[Collected data]
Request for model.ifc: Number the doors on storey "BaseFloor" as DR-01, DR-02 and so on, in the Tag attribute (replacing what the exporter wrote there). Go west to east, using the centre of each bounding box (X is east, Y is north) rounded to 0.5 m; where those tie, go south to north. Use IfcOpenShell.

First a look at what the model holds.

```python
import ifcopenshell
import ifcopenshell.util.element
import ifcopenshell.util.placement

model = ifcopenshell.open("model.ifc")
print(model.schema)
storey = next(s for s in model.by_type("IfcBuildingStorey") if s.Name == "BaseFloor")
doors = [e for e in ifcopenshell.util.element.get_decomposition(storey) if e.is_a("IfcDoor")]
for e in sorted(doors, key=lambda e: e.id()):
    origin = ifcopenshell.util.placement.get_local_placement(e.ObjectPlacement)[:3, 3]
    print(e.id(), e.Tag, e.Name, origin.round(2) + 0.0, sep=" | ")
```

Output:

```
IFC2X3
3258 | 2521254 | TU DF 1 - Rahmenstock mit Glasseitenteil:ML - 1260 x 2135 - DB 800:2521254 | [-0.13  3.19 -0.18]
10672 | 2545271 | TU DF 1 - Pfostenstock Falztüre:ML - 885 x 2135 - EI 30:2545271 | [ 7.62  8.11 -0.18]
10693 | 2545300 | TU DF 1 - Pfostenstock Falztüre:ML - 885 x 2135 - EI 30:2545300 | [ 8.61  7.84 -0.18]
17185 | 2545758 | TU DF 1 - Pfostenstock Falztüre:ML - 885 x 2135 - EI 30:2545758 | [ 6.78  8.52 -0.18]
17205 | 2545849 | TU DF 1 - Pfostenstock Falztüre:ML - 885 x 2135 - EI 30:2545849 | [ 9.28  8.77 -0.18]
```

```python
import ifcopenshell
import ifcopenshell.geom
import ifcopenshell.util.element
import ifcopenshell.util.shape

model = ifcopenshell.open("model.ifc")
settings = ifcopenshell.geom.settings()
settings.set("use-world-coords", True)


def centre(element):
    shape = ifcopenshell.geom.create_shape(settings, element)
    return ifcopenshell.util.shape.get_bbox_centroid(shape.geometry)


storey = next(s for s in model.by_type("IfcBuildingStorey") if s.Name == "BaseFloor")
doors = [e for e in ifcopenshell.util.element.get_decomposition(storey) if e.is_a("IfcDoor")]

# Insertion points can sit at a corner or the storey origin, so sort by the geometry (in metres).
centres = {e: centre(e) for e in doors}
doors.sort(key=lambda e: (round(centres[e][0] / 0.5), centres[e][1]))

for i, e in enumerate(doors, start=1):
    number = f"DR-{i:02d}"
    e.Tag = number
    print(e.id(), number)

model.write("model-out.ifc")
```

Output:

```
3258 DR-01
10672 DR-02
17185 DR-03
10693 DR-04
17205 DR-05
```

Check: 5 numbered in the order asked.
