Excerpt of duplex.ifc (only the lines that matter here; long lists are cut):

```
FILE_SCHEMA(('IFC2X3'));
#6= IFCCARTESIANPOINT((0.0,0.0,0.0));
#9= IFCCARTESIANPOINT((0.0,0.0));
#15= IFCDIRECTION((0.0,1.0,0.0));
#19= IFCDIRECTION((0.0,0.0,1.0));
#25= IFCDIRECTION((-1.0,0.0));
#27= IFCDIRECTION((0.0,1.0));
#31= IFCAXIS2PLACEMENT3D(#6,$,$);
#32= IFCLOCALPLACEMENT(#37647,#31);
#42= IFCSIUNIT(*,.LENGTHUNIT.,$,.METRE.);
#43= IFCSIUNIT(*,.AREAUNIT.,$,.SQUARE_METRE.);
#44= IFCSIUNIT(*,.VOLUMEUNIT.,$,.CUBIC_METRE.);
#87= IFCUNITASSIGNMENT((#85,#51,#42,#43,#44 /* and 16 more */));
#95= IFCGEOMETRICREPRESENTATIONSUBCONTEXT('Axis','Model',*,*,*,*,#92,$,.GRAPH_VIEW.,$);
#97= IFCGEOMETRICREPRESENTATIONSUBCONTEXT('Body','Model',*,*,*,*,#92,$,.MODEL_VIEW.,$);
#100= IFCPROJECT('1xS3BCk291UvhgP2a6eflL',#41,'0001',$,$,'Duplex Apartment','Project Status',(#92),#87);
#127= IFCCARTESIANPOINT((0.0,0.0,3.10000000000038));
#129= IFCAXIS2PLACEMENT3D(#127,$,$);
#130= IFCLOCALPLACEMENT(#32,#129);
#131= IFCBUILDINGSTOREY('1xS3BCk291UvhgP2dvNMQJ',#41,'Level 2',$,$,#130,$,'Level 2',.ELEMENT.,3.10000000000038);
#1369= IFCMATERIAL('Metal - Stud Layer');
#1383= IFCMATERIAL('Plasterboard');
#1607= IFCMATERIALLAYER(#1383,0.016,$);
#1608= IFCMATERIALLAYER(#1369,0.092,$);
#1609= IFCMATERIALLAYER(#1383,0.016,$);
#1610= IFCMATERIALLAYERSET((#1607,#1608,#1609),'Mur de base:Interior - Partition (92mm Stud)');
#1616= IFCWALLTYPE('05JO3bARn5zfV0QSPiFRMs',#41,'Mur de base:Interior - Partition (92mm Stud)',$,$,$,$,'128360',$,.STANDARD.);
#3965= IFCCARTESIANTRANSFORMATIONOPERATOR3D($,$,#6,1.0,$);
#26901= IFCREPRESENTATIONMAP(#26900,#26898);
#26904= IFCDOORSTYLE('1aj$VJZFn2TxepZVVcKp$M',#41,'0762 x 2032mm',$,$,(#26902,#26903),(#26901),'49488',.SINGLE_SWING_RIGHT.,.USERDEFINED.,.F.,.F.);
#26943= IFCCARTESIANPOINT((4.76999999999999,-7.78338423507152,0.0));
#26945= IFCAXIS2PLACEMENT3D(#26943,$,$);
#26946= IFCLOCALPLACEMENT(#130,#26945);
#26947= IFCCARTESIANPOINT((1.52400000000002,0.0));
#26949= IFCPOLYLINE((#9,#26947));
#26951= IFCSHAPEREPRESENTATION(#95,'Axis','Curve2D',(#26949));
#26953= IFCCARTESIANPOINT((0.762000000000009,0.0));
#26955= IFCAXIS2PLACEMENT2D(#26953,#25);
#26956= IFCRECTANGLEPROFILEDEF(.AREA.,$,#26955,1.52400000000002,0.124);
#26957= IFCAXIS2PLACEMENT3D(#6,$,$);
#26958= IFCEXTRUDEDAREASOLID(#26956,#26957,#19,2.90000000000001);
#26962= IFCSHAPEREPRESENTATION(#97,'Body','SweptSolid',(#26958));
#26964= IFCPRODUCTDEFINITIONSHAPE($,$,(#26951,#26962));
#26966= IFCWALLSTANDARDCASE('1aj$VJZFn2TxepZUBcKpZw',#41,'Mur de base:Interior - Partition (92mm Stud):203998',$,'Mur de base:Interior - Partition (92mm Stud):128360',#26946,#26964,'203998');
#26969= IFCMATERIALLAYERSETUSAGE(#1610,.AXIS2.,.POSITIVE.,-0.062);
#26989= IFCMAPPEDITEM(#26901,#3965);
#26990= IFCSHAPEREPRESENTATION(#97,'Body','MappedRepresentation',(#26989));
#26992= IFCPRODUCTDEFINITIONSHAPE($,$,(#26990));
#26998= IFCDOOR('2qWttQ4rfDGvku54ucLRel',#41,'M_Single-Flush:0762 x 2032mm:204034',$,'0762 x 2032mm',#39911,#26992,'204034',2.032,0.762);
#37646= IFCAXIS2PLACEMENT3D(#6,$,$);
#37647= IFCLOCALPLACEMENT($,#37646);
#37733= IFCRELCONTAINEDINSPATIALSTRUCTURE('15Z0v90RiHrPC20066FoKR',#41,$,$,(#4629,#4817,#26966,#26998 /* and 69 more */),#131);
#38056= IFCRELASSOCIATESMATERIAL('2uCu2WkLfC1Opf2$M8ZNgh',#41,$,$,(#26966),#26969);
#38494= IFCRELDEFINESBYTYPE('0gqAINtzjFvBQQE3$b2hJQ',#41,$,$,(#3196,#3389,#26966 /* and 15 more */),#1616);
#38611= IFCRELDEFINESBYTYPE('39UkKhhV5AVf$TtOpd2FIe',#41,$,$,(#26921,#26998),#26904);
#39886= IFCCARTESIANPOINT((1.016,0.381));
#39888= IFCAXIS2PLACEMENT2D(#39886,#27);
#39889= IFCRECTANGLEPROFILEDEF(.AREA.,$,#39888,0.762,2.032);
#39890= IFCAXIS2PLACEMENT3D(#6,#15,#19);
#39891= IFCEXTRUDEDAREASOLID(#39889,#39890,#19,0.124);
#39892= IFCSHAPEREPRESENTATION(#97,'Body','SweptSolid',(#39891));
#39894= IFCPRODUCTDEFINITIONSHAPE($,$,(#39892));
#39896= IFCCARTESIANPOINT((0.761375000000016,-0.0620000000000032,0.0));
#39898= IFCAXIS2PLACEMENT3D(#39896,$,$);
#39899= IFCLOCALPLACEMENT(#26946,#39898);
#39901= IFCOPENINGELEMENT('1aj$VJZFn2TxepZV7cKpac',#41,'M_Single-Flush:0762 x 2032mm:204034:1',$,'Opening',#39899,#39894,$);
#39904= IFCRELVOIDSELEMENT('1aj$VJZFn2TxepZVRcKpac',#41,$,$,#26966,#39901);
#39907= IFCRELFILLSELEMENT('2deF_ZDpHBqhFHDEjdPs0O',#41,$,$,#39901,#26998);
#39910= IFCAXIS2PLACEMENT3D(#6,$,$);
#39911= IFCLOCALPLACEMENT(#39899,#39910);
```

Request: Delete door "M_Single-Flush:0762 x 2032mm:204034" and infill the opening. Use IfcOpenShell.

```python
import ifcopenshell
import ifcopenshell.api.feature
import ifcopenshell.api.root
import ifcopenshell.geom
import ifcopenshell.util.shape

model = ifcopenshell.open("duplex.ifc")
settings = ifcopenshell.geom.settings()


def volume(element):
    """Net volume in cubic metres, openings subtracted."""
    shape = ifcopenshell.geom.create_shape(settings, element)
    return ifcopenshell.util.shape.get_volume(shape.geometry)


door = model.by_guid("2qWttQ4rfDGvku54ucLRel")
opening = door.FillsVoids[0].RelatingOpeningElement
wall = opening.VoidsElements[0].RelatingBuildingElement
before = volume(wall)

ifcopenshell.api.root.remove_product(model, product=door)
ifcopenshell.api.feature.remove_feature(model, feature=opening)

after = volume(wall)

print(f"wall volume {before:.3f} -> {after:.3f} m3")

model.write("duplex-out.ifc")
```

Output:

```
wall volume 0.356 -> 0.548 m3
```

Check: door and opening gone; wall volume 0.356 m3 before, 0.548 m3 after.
* * *
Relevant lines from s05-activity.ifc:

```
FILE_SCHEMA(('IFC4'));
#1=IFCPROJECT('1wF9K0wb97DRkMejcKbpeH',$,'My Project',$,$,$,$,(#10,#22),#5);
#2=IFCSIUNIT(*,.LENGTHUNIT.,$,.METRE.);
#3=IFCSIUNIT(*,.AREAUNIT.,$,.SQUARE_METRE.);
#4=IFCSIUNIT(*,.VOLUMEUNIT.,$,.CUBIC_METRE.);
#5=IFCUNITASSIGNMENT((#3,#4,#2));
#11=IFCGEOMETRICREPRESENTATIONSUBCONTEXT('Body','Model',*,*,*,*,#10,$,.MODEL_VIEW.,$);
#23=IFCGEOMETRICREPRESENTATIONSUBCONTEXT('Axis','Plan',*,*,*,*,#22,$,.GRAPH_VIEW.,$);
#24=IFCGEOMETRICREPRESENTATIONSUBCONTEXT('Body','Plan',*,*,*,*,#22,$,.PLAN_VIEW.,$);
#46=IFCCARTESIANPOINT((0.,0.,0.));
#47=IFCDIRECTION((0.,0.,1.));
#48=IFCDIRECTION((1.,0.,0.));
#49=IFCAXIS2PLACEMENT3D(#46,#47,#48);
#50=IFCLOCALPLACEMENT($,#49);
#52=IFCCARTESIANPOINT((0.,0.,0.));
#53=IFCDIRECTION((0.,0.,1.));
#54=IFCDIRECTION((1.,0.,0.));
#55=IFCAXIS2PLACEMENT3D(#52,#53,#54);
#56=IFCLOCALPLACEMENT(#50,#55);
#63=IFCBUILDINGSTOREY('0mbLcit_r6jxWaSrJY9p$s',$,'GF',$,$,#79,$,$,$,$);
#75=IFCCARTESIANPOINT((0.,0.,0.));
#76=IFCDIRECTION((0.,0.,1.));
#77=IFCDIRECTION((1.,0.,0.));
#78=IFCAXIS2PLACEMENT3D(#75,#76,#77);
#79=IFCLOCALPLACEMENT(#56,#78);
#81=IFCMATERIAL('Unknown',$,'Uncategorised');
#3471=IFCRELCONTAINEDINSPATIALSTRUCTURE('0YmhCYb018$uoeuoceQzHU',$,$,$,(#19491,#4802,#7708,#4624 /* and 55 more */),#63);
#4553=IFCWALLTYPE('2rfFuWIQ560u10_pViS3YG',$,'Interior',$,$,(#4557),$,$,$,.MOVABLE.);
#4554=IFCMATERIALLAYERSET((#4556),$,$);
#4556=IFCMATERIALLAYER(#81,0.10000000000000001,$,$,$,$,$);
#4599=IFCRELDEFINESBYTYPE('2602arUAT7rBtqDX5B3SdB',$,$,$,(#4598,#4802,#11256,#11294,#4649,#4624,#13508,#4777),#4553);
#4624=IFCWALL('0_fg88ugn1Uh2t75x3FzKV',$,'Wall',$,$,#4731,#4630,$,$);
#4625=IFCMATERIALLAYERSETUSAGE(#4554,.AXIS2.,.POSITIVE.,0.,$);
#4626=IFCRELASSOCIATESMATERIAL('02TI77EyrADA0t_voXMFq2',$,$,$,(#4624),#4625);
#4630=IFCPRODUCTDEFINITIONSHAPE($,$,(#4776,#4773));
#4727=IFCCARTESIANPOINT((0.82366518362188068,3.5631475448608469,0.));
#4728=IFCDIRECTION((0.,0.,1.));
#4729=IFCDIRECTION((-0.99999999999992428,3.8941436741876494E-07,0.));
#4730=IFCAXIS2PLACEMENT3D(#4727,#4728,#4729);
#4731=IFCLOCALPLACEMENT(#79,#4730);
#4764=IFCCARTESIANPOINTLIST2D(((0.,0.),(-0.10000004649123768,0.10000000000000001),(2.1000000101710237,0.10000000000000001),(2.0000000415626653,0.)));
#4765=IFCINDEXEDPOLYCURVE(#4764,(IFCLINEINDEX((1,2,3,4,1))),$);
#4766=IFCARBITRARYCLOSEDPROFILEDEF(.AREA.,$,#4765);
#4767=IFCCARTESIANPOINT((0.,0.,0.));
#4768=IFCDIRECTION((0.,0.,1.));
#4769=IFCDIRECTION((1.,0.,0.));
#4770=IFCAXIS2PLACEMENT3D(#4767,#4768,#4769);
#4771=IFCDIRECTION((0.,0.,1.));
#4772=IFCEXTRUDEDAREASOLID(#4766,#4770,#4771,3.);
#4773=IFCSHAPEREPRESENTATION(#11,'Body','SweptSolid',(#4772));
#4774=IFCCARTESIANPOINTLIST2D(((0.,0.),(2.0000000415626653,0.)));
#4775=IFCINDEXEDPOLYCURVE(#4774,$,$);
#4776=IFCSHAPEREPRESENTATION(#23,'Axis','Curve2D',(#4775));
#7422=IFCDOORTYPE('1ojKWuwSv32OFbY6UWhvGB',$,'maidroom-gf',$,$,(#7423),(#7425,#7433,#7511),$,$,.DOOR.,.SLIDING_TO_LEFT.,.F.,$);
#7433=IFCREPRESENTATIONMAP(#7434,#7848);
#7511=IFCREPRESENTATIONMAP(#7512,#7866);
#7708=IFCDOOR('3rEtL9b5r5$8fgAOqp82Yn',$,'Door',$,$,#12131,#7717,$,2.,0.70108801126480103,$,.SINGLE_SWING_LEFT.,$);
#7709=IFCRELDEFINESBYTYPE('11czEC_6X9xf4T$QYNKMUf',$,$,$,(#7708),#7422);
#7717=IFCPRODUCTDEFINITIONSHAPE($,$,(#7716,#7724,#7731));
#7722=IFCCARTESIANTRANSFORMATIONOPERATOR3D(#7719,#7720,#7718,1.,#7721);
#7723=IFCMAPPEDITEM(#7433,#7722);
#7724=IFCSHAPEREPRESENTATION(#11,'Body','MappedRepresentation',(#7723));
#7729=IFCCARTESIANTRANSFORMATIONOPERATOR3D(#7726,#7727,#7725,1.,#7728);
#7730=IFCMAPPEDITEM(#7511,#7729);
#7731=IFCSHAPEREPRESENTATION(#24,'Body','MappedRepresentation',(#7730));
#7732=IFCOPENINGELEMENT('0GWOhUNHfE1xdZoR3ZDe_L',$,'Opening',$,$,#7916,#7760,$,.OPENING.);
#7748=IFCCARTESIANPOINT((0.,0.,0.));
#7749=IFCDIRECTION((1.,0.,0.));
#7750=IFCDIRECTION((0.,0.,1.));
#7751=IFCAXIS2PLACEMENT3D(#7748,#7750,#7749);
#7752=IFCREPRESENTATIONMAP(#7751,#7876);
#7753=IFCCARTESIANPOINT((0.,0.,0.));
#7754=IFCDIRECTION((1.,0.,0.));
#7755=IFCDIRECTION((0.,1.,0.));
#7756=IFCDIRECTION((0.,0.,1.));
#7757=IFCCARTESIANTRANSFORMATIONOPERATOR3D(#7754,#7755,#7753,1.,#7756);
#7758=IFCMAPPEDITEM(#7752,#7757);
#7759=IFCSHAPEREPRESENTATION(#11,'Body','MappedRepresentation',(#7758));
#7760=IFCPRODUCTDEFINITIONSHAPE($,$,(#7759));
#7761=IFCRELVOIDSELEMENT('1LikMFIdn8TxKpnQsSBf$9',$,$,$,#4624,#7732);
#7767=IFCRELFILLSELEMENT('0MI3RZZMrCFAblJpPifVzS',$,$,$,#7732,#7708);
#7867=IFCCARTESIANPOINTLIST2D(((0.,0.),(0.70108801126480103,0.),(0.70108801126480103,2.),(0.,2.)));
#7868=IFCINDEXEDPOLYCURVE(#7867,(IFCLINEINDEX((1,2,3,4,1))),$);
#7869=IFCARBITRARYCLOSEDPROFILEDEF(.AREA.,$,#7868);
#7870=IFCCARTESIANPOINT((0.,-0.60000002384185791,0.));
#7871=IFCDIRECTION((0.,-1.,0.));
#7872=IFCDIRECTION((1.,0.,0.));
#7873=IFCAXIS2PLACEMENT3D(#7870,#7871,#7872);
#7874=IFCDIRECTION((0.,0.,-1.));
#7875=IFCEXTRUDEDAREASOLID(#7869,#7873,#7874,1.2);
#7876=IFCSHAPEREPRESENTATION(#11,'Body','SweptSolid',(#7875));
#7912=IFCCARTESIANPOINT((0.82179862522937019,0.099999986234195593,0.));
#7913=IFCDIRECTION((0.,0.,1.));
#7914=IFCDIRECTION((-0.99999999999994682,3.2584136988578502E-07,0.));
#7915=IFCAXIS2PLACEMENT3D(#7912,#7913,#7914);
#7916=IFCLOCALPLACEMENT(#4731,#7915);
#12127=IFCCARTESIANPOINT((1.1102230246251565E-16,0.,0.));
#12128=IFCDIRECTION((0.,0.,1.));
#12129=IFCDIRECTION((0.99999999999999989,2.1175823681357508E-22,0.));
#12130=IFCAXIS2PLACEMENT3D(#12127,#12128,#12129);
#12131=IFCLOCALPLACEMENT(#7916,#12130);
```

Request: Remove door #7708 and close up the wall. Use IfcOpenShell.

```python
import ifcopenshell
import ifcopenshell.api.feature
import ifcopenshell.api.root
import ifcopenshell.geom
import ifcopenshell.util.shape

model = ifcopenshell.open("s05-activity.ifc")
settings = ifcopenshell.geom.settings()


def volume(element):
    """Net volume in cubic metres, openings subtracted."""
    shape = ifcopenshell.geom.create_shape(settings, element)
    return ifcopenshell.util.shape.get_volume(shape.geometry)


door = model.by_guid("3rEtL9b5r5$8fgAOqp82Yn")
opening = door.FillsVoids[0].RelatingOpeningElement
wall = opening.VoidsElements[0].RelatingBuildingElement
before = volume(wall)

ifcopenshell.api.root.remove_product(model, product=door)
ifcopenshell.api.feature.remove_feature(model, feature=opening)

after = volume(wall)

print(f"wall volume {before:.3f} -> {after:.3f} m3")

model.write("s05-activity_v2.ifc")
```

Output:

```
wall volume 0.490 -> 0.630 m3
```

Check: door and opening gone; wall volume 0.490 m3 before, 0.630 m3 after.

**Goal of the exercise:**
Copy every line from the records above that contains the string "IFCMATERIALLAYERSETUSAGE".

**The answer:**
#26969= IFCMATERIALLAYERSETUSAGE(#1610,.AXIS2.,.POSITIVE.,-0.062);
#4625=IFCMATERIALLAYERSETUSAGE(#4554,.AXIS2.,.POSITIVE.,0.,$);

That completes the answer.